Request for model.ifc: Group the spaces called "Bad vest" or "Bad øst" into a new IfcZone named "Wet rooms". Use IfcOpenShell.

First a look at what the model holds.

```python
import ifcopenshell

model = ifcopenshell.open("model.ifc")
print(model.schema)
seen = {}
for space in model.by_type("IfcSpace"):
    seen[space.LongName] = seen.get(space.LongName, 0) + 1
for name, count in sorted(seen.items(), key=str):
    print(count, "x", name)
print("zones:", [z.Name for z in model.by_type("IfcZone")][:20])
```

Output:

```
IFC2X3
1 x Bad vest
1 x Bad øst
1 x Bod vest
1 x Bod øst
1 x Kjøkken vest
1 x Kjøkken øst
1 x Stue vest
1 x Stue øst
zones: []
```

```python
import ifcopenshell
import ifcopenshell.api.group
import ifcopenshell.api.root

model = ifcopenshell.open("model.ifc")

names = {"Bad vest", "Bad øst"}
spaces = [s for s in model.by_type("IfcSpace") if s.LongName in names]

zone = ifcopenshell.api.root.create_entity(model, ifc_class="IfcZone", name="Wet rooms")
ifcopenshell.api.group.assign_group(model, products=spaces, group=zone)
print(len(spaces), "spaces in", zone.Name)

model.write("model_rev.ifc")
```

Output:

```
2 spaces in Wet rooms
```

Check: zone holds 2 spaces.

----------------

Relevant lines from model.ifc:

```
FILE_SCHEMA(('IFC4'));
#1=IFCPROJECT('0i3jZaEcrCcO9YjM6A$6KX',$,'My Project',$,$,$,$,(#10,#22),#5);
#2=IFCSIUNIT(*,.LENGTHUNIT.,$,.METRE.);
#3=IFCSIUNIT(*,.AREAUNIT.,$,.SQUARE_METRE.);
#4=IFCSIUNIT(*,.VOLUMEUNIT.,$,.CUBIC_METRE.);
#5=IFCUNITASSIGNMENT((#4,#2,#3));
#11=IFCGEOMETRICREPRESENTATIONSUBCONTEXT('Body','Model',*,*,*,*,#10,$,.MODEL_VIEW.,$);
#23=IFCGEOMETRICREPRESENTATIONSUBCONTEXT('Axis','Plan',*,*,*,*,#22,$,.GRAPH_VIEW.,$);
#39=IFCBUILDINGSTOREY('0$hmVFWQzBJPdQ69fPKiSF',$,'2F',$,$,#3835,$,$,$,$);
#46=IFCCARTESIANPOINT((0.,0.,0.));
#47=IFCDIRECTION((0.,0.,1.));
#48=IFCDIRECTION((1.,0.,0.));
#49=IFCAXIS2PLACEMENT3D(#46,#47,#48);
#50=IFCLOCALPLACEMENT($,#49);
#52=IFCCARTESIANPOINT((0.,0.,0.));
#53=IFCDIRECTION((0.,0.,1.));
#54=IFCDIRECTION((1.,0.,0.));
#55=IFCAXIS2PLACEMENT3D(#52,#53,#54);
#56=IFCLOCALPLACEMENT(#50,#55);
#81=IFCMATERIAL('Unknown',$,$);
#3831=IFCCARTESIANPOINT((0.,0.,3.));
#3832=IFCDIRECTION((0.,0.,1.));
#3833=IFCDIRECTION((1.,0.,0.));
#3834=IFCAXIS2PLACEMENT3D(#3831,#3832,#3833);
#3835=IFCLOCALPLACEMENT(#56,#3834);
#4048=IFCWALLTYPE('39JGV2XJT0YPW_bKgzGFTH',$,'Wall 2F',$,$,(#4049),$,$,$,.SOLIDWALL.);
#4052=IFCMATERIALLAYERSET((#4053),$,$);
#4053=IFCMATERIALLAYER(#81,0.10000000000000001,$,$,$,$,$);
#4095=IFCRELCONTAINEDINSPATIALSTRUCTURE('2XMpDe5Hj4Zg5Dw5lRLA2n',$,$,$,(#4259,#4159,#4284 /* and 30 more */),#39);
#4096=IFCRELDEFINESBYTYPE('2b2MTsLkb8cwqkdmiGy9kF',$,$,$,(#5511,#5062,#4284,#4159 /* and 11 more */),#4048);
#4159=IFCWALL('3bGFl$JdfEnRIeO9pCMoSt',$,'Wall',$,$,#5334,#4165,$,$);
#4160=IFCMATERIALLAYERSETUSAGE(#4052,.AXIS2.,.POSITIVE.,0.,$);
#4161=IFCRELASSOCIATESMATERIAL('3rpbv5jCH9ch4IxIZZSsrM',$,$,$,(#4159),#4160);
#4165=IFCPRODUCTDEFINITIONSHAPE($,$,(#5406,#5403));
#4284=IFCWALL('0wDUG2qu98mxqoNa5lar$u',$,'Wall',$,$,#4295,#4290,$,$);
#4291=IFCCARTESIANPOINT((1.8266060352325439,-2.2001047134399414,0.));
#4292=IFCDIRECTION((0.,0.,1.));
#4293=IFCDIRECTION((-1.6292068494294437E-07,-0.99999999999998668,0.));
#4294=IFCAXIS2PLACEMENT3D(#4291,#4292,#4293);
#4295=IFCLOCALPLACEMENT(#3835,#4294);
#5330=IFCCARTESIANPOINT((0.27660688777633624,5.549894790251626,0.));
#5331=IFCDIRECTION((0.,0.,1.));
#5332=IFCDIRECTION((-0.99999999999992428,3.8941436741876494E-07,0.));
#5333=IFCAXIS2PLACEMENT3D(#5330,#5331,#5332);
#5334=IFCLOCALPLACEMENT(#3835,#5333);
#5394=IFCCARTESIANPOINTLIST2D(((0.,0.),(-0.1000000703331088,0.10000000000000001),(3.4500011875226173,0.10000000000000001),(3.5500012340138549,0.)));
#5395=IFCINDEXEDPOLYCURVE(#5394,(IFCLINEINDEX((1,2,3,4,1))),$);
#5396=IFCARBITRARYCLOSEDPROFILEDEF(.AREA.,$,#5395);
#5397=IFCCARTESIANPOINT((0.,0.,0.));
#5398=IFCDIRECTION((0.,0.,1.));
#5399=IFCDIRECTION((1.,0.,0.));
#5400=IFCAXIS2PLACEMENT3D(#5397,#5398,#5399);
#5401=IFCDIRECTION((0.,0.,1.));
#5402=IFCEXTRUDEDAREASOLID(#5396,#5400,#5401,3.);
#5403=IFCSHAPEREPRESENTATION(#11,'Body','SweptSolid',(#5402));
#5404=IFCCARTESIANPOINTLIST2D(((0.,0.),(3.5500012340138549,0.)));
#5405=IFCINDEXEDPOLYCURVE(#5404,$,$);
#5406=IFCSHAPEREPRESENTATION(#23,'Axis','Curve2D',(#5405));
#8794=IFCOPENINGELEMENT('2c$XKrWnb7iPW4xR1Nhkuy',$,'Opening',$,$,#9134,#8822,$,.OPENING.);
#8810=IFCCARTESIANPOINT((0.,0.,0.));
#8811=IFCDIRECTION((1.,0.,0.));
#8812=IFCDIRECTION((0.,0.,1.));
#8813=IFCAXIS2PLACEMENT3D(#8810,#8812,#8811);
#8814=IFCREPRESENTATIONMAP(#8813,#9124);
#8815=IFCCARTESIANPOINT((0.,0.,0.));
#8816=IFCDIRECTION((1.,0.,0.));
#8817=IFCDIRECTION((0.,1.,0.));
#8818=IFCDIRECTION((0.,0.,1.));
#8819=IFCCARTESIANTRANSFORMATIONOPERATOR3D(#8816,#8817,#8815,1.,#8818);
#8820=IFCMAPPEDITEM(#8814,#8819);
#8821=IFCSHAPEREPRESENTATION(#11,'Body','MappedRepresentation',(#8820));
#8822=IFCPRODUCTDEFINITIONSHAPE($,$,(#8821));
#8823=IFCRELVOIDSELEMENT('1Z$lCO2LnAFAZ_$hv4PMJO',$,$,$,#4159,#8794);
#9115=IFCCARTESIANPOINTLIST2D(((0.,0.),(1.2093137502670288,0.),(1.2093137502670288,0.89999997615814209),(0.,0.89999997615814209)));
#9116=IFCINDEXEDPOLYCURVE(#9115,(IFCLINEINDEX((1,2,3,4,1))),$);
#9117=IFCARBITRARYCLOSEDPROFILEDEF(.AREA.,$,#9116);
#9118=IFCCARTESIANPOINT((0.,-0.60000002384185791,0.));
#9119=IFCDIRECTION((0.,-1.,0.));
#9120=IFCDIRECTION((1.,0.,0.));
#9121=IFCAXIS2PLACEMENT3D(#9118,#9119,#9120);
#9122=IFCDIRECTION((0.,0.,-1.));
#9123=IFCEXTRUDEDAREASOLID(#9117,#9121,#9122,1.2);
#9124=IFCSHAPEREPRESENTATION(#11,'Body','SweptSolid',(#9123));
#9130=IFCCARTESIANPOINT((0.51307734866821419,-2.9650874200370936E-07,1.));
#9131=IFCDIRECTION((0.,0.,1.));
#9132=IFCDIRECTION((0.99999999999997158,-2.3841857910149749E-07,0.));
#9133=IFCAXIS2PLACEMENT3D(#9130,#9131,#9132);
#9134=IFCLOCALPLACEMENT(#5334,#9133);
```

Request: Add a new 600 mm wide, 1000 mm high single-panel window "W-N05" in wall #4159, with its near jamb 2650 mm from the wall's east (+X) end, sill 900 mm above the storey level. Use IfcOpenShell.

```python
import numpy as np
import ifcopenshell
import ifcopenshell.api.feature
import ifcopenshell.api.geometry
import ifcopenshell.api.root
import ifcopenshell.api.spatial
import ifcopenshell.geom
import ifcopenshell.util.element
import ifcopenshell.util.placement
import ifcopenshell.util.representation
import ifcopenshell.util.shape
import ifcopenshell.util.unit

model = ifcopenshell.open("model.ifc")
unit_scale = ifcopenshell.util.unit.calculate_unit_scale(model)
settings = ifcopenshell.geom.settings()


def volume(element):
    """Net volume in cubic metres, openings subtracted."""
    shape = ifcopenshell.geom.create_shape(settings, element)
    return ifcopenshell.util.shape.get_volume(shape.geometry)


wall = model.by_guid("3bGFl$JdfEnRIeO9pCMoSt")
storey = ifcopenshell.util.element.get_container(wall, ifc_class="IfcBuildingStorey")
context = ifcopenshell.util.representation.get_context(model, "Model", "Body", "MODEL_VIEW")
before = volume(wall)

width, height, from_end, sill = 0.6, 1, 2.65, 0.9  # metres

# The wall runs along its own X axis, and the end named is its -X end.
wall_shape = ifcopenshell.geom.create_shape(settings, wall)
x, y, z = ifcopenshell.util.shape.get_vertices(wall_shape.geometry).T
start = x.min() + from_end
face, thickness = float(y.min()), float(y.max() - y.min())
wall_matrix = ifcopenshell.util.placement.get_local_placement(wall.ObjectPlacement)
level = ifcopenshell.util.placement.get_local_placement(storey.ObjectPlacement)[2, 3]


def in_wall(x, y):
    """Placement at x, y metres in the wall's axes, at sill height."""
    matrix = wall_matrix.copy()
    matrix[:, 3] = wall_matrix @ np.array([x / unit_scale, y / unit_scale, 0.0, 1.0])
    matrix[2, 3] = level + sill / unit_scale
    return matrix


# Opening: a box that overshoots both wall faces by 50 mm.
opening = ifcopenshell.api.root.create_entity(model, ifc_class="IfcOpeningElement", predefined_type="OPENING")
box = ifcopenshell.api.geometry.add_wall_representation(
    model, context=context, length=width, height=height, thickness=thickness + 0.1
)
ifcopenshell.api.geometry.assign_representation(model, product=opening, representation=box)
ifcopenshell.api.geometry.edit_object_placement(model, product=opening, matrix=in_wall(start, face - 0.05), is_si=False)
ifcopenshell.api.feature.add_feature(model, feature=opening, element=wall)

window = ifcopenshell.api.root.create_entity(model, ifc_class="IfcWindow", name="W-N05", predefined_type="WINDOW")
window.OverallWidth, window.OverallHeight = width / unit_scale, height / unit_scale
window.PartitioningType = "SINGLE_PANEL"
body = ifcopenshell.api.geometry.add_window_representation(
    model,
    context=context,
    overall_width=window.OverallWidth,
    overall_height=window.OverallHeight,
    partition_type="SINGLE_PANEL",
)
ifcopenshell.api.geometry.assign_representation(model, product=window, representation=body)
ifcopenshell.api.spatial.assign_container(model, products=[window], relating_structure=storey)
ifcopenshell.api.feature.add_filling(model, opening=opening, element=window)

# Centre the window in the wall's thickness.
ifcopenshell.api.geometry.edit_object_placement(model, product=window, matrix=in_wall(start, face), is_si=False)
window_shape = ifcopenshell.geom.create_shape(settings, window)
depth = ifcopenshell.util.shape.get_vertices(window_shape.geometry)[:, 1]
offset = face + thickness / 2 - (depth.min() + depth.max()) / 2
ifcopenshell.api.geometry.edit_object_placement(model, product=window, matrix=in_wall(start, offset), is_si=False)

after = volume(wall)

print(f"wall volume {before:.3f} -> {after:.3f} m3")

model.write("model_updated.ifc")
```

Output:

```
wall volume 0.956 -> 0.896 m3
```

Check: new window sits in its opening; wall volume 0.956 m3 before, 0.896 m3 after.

----------------

* **PROBLEM**
Pull every line containing the word "IFCLOCALPLACEMENT" out of the material.

* **WRITTEN ANSWER**
#50=IFCLOCALPLACEMENT($,#49);
#56=IFCLOCALPLACEMENT(#50,#55);
#3835=IFCLOCALPLACEMENT(#56,#3834);
#4295=IFCLOCALPLACEMENT(#3835,#4294);
#5334=IFCLOCALPLACEMENT(#3835,#5333);
#9134=IFCLOCALPLACEMENT(#5334,#9133);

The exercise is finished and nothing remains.